Barry A. Franklin, PhD

Cardiac Rehabilitation and Exercise Laboratories
Beaumont Rehabilitation and Health Center
Birmingham, Michigan, USA

The Clinical Practice Guideline on Cardiac Rehabilitation was derived from an extensive and review of scientific literature pertaining to prevention.1 This document addresses the role of exercise-based cardiac rehabilitation and the potential benefits to be derived, including a significant reduction in mortality, approximating 20% to 25%.2,3 It is apparent, however, that major changes will be required in the components and delivery of these services in the era of managed care. These include restructuring and amplifying the services that are currently provided, and offering group and home-based cardiac rehabilitation services to increase their availability.

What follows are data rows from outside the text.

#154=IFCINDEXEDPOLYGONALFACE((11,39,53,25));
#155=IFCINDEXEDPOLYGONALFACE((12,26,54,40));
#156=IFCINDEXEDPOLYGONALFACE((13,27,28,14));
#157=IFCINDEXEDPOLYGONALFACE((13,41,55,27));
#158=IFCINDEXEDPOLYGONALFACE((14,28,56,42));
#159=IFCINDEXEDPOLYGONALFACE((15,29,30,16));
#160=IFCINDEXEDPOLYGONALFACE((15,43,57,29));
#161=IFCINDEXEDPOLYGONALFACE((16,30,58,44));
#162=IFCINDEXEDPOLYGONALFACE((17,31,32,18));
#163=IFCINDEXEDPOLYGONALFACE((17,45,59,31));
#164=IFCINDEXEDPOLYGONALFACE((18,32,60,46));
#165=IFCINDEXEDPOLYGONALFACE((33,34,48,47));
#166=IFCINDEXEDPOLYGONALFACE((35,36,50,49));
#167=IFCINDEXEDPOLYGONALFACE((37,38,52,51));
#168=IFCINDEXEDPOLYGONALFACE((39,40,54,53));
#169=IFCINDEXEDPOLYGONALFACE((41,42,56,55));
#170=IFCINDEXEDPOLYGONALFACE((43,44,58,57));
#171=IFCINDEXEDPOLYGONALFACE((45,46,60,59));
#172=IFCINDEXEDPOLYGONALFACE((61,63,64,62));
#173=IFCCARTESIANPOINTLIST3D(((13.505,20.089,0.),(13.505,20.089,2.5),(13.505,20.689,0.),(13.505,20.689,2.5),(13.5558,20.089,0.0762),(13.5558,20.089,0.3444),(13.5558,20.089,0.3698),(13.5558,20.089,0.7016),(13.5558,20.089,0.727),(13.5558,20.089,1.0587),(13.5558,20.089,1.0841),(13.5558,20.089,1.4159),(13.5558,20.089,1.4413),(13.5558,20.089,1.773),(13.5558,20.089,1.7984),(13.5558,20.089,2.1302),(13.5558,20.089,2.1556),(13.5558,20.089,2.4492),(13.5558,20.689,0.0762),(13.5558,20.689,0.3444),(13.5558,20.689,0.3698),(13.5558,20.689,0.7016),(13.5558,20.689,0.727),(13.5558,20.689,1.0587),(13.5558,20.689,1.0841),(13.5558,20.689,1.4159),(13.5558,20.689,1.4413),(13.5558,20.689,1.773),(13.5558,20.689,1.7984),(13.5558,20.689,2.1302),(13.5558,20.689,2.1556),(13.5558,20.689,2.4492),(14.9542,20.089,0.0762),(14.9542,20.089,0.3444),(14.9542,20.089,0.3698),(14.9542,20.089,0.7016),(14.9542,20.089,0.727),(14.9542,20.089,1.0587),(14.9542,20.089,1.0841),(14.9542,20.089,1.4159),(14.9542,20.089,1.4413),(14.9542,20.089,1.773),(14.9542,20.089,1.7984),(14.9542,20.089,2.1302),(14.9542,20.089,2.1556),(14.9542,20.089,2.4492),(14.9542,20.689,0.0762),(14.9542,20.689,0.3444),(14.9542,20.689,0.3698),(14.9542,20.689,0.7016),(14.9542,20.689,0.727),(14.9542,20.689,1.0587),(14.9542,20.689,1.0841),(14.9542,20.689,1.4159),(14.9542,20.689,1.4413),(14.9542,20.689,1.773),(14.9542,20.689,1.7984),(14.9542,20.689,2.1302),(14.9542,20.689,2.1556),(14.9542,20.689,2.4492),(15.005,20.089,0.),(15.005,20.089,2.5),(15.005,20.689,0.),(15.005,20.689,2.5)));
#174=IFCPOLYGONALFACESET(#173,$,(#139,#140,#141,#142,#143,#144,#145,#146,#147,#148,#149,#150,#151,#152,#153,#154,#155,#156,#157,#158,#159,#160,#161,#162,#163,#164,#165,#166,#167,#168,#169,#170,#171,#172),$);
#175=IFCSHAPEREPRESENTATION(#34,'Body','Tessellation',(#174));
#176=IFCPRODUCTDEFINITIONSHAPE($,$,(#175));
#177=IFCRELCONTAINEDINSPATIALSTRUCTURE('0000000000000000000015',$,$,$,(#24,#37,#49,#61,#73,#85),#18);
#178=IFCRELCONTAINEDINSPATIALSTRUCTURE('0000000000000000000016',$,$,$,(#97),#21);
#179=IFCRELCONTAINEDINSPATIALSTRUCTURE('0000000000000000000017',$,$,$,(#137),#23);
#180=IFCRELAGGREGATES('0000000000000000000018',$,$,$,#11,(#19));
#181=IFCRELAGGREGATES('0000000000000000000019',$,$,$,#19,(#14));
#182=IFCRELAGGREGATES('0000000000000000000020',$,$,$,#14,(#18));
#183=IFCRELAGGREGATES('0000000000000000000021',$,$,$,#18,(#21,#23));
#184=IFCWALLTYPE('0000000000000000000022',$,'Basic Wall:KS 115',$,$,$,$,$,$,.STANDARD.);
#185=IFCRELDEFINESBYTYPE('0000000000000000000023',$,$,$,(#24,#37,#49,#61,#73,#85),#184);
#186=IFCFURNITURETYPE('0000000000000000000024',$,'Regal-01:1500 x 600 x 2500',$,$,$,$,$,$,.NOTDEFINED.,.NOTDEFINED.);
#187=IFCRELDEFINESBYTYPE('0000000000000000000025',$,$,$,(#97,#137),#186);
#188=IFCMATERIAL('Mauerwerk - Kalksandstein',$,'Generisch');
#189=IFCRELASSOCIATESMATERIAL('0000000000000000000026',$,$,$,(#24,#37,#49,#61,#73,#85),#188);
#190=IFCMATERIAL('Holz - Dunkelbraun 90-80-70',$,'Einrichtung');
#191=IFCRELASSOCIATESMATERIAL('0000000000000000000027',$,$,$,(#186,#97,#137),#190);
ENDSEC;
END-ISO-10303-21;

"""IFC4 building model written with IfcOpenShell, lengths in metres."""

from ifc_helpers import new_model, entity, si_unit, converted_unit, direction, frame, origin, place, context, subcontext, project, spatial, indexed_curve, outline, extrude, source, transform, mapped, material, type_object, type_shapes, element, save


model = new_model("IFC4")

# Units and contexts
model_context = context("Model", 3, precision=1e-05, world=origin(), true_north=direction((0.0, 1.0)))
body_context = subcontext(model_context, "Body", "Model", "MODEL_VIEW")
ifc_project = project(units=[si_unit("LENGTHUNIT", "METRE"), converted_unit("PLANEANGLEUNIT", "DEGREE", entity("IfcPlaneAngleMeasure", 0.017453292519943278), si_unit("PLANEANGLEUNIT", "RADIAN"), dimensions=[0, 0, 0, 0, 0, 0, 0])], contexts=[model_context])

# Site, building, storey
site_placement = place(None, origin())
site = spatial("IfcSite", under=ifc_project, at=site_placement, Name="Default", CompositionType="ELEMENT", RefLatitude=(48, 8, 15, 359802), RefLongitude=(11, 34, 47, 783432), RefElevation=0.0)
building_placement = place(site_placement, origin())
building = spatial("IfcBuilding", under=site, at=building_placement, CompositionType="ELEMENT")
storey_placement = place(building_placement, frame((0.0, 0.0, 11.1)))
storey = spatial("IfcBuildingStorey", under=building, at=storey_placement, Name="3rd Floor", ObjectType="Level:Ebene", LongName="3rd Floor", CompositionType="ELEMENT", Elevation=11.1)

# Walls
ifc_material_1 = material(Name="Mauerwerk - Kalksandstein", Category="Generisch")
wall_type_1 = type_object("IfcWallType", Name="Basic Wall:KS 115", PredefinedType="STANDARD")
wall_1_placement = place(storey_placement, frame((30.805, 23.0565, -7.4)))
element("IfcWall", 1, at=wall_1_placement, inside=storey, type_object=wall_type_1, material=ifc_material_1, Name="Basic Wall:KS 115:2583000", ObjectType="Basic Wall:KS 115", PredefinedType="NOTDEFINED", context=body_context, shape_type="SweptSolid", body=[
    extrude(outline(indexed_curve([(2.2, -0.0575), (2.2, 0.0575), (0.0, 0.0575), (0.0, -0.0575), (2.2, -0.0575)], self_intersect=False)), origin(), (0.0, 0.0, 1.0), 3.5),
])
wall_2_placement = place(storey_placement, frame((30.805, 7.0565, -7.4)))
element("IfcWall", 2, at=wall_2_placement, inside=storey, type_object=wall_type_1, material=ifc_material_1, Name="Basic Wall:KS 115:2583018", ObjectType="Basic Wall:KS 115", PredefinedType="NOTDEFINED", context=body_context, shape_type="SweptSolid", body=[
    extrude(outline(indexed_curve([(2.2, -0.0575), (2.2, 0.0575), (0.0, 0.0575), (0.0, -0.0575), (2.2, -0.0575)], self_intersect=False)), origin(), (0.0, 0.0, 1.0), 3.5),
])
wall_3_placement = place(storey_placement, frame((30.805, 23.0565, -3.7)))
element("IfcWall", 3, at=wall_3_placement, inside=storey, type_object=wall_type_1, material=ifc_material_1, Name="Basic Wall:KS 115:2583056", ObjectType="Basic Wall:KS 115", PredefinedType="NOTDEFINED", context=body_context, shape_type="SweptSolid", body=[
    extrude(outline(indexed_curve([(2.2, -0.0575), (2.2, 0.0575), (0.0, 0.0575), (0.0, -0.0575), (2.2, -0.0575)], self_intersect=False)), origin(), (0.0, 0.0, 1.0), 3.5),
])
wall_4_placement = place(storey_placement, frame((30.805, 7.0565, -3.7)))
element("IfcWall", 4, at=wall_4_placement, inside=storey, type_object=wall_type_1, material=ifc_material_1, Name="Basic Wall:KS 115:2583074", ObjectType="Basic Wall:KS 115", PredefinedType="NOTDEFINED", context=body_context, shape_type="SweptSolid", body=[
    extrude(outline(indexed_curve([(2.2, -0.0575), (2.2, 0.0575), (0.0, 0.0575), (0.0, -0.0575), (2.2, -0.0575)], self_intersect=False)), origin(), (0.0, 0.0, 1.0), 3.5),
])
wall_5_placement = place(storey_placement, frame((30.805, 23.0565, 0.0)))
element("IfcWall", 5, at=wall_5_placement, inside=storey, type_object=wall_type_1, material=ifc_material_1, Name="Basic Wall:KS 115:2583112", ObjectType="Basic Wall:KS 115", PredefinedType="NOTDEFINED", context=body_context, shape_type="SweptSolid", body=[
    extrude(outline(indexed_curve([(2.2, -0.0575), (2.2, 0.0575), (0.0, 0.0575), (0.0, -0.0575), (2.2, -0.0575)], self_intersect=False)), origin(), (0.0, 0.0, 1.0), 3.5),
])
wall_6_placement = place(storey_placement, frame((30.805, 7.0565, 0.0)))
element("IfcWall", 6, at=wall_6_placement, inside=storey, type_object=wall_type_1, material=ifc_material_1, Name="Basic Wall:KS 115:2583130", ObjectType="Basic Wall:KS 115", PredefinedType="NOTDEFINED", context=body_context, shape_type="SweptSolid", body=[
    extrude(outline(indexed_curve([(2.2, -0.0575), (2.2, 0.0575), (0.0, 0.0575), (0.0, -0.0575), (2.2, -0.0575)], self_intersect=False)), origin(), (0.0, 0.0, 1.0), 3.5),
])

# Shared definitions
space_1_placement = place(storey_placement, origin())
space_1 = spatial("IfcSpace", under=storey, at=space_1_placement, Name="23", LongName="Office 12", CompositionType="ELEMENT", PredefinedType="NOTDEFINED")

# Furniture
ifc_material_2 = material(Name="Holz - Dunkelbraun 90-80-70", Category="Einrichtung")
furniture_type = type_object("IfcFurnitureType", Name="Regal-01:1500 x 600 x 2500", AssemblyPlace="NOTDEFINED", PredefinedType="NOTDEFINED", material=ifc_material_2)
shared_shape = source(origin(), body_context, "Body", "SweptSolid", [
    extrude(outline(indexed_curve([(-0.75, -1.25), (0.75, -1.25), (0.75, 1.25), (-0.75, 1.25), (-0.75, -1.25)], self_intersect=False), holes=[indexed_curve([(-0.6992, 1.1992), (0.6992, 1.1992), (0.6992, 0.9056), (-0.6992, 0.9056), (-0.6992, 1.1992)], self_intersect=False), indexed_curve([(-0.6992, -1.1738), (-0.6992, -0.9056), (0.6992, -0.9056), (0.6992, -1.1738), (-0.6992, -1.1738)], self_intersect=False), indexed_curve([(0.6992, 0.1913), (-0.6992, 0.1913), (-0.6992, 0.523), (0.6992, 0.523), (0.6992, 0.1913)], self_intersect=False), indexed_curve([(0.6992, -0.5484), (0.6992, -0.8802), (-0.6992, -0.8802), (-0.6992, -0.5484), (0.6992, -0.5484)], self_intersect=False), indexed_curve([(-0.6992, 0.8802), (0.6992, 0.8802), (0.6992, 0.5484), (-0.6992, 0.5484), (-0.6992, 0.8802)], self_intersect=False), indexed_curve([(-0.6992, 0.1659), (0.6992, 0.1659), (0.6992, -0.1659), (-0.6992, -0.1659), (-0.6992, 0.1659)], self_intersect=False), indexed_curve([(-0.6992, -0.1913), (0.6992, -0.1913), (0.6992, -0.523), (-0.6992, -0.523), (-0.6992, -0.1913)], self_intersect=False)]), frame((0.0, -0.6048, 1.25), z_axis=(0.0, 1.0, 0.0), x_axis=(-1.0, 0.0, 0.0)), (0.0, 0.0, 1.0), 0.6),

Many uncomplicated post-myocardial infarction and coronary artery bypass patients are now being discharged from the hospital in <5 days. These patients are likely to be motivated to participate in outpatient rehabilitation services. Accordingly, staff efforts must be intensified to ensure initial contact before hospital discharge, if possible. The potential for permanent risk factor modification may also be heightened with earlier intervention. A 71 % smoking cessation rate has been reported at 1 year for patients who received a nurse-managed behavioral intervention at the time of hospitalization compared with a 45% success rate in those receiving usual care.4

A mere 11 % to 20% of patients with coronary artery disease participate in cardiac rehabilitation programs, highlighting the vast underutilization of these services, especially in older adults and women.1,5,6 Other groups who are underserved include poor/uneducated patients and minorities. In addition to traditional patient subsets (e.g., post-myocardial infarction, coronary artery bypass surgery, percutaneous transluminal coronary angioplasty), eligibility should be expanded to include coronary patients with or without residual ischemia, compensated heart failure, cardiomyopathies, threatening ventricular arrhythmias, nonischemic heart disease, concomitant pulmonary disease, pacemaker or cardioverter-defibrillator implantation, heart valve repair or replacement, and cardiac transplantation.

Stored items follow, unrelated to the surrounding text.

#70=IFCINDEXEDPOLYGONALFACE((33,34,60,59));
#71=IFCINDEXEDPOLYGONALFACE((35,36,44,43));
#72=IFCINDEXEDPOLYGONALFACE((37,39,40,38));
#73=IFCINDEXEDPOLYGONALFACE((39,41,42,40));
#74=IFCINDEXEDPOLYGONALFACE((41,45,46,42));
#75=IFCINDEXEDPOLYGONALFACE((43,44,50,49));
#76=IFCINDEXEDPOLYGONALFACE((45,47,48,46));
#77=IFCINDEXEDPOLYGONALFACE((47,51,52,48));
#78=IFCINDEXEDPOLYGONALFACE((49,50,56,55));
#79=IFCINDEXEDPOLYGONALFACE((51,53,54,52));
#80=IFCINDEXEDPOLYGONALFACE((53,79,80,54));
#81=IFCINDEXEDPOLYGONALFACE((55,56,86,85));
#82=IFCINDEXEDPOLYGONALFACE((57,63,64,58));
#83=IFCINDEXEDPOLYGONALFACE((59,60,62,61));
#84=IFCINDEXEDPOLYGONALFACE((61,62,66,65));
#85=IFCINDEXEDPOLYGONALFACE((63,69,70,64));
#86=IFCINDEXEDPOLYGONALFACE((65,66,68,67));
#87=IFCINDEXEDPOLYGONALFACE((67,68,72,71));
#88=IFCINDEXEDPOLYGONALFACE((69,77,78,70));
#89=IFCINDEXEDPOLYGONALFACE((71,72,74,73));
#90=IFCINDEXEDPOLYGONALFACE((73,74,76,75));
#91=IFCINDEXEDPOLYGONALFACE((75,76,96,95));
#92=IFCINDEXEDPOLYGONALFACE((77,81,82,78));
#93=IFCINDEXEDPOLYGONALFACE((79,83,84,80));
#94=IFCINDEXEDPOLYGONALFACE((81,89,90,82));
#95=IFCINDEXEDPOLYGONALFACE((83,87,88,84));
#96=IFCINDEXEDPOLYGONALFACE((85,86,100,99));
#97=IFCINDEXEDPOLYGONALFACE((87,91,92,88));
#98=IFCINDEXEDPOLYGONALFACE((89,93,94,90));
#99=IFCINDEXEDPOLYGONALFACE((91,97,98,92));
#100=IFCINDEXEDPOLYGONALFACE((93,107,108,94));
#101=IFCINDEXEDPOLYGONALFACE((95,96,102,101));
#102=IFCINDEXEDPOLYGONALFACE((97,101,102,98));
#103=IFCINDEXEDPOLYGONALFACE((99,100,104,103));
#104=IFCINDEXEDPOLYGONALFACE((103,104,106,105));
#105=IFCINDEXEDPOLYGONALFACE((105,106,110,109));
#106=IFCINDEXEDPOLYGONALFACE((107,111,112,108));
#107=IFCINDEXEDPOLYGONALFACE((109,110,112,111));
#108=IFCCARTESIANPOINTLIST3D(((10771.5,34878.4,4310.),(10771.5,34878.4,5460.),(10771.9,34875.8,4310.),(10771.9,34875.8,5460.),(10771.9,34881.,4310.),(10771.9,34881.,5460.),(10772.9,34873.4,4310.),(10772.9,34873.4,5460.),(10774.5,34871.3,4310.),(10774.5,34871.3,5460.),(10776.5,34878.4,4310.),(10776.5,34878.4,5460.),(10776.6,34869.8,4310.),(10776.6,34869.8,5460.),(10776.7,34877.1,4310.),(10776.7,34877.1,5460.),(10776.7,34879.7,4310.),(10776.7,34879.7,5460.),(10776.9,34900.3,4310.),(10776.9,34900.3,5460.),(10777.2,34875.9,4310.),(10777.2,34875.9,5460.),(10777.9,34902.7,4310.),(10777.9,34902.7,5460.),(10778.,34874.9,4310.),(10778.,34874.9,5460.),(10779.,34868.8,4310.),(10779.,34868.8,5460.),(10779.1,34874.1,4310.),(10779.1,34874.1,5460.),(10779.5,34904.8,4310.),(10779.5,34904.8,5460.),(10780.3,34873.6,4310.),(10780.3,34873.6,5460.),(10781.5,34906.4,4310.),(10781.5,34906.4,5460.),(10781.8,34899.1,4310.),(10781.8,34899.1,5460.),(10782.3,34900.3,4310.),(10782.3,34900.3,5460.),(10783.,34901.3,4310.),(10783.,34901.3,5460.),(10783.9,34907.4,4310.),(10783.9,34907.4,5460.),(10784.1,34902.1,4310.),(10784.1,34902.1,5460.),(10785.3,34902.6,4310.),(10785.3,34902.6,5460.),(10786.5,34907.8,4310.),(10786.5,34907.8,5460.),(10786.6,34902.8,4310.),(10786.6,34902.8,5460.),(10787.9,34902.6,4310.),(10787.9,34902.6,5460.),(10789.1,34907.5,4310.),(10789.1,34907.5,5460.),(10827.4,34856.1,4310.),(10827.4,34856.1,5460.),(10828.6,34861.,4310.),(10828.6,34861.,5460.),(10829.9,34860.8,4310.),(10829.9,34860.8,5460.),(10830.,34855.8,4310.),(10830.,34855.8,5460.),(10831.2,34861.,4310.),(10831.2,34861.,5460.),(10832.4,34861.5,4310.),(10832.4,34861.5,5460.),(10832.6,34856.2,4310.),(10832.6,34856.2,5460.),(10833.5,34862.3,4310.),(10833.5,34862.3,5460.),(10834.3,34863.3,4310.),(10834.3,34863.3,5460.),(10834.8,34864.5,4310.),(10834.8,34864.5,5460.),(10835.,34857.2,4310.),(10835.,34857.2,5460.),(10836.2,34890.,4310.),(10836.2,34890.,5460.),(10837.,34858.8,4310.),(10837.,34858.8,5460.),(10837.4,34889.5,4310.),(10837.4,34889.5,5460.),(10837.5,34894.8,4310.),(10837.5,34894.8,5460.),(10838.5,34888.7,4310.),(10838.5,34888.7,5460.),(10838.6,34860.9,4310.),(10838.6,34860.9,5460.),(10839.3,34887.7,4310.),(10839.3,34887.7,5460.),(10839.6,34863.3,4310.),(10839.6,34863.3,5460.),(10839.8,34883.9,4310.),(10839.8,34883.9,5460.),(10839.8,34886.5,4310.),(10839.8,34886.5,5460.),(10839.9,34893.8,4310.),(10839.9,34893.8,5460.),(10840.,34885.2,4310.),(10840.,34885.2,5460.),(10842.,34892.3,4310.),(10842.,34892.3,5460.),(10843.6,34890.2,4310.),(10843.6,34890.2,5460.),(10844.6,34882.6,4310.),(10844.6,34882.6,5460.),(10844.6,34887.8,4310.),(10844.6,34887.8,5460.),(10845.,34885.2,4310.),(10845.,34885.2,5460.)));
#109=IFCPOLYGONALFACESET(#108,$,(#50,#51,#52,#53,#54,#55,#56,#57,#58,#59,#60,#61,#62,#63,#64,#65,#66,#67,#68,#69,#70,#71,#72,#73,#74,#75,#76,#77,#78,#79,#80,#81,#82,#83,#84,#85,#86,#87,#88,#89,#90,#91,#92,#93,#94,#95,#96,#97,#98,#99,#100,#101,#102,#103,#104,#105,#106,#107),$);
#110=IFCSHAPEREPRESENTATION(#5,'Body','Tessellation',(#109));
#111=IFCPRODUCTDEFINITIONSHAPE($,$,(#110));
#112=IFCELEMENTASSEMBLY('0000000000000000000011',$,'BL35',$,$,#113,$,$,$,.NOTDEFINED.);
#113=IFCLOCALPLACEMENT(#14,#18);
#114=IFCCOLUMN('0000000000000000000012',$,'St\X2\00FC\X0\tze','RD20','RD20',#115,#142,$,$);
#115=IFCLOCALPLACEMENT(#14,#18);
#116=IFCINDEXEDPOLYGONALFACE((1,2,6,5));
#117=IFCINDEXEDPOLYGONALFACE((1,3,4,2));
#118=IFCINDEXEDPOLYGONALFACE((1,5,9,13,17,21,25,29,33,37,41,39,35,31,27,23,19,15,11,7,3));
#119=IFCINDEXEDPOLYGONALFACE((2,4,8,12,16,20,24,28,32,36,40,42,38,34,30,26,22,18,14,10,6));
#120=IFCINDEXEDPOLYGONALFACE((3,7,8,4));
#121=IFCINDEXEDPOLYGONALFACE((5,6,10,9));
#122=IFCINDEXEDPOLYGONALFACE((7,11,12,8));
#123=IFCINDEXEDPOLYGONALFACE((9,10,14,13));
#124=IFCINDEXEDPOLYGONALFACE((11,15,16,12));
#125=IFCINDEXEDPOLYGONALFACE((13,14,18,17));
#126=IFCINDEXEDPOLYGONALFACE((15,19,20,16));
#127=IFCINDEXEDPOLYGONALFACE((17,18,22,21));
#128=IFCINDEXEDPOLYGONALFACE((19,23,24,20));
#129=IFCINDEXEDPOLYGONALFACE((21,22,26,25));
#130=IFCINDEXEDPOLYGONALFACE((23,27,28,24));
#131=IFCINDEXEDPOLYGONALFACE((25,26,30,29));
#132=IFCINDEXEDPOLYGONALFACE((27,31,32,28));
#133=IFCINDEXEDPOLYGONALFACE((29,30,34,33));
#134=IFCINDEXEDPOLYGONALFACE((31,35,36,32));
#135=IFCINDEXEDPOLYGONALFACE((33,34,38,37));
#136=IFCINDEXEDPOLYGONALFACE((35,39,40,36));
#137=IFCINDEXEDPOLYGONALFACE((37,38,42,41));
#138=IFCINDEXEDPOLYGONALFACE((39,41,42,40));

In the era of managed, capitated health care, primary care physicians serve as the "gate keepers" for implementing secondary prevention programs. The fervor of the primary physicians' recommendation appears to be the single most powerful predictor of cardiac rehabilitation participation.6 Accordingly, efforts must be directed at proselytizing this group (and their cardiologist contemporaries) regarding the benefits of cardiac rehabilitation. Routine counseling by these physicians may have the additional impact of augmenting the modification of their patients' lifestyles.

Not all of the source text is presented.